4′,5-Dihydroxy-7-methoxymethoxyisoflavone (14b)
The titled compound was prepared from 4′,5,7-trihydroxyisoflavone and ethyl 2-bromo-2-methylpropanate according to the method of compound 14a with the following yield: 44.8 %; yellow powder; 1H NMR (400 MHz, DMSO-d6) δ 3.78 (3H, s, OCH3), 5.23 (2H, s, OCH2O), 6.21 (1H, d, J = 2 Hz, Ar-H), 6.39 (1H, d, J = 2 Hz, Ar-H), 6.85 (2H, m, Ar-H), 7.49 (2H, m, Ar-H), 8.41 (1H, s, Ar-H), 9.54 (1H, s, 4′-OH), 12.89 (1H, s, 5-OH); C17H14O6, MW calcd. 314.29; ESI-MS (MeOH): 315 [M+H]+.

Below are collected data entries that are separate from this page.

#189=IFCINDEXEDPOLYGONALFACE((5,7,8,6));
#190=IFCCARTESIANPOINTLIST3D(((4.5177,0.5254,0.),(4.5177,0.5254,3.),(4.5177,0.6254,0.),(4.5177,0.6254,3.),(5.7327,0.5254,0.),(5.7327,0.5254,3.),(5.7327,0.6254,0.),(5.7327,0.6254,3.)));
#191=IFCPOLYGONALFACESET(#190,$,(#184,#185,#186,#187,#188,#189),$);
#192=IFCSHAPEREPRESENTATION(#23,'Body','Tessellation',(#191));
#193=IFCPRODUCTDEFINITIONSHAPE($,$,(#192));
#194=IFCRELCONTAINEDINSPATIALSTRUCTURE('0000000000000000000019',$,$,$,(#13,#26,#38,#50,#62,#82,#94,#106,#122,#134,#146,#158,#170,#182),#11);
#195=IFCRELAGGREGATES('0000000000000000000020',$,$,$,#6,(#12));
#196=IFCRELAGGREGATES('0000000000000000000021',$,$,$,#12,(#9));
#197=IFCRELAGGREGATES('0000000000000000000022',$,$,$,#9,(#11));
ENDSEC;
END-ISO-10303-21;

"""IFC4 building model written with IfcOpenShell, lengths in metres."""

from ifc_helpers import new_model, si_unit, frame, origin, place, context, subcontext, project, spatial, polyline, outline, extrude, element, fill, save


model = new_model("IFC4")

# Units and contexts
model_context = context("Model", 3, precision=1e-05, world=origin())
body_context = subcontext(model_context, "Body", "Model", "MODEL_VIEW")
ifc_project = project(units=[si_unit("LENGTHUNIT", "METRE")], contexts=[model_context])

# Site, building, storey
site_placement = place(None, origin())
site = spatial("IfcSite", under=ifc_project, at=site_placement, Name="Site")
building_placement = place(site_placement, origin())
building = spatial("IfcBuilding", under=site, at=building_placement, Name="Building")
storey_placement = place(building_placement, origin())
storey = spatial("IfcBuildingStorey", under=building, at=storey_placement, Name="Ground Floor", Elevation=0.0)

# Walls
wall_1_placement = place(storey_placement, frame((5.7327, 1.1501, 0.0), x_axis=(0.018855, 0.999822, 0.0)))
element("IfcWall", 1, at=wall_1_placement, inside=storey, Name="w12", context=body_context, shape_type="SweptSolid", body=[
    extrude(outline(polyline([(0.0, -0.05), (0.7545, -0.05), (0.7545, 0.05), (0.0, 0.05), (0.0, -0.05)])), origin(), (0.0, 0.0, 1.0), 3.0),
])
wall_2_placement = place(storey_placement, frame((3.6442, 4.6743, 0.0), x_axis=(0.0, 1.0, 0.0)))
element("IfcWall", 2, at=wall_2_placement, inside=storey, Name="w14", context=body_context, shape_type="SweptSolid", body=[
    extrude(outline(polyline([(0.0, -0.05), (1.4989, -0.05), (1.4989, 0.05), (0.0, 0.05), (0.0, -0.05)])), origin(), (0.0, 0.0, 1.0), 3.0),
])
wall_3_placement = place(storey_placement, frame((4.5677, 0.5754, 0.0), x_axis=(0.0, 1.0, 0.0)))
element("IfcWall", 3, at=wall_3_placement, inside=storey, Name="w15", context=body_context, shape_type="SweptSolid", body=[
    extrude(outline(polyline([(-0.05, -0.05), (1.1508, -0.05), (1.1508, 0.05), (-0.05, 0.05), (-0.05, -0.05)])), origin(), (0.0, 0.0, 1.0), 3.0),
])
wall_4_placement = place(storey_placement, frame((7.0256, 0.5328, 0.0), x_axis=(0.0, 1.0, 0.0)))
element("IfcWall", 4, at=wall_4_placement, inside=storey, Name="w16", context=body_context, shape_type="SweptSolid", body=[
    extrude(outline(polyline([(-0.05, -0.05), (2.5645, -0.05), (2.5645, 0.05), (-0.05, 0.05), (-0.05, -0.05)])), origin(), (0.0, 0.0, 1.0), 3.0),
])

4′-(1-Methyl-1-ethoxycarboxylethoxy)-7-methoxymethoxyisoflavone (15a)
The titled compound was prepared from 14a and ethyl 2-bromo-2-methylpropanate according to the method of compound 10 with the following yield: 60%; white solid; 1H NMR (400 MHz, DMSO-d6) δ 1.16 (3H, m, CH3), 1.64 (6H, s, 2CH3), 3.83 (3H, s, OCH3), 4.25 (2H, m, CH2), 5.33 (2H, s, OCH2O), 6.81–6.84 (3H, m, Ar-H), 6.97 (1H, dd, J = 9.0, 2.2 Hz, Ar-H), 7.37 (2H, d, J = 8.4 Hz, Ar-H), 8.02 (1H, d, J = 8.6 Hz, Ar-H), 8.34 (1H, s, Ar-H); C23H24O7, MW calcd. 412.43; ESI-MS (MeOH): 413 [M+H]+.
4′-(1-Methyl-1-ethoxycarboxylethoxy)-5-hydroxy-7-methoxymethoxyisoflavone (15b)
The titled compound was prepared from 14b and ethyl 2-bromo-2-methylpropanate according to the method of compound 10 with the following yield: 50.3%; yellow powder; 1H NMR (400 MHz, DMSO-d6) δ 1.17 (3H, m, CH3), 1.63 (6H, s, 2CH3), 4.24 (2H, m, CH2), 3.78 (3H, s, OCH3), 5.24 (2H, s, OCH2O), 6.22 (1H, d, J = 2 Hz, Ar-H), 6.40 (1H, d, J = 2 Hz, Ar-H), 6.84 (2H, m, Ar-H), 7.45 (2H, m, Ar-H), 8.42 (1H, s, Ar-H), 12.90 (1H, s, 5-OH); C23H24O8, MW calcd. 428.43; ESI-MS (MeOH): 429 [M+H]+.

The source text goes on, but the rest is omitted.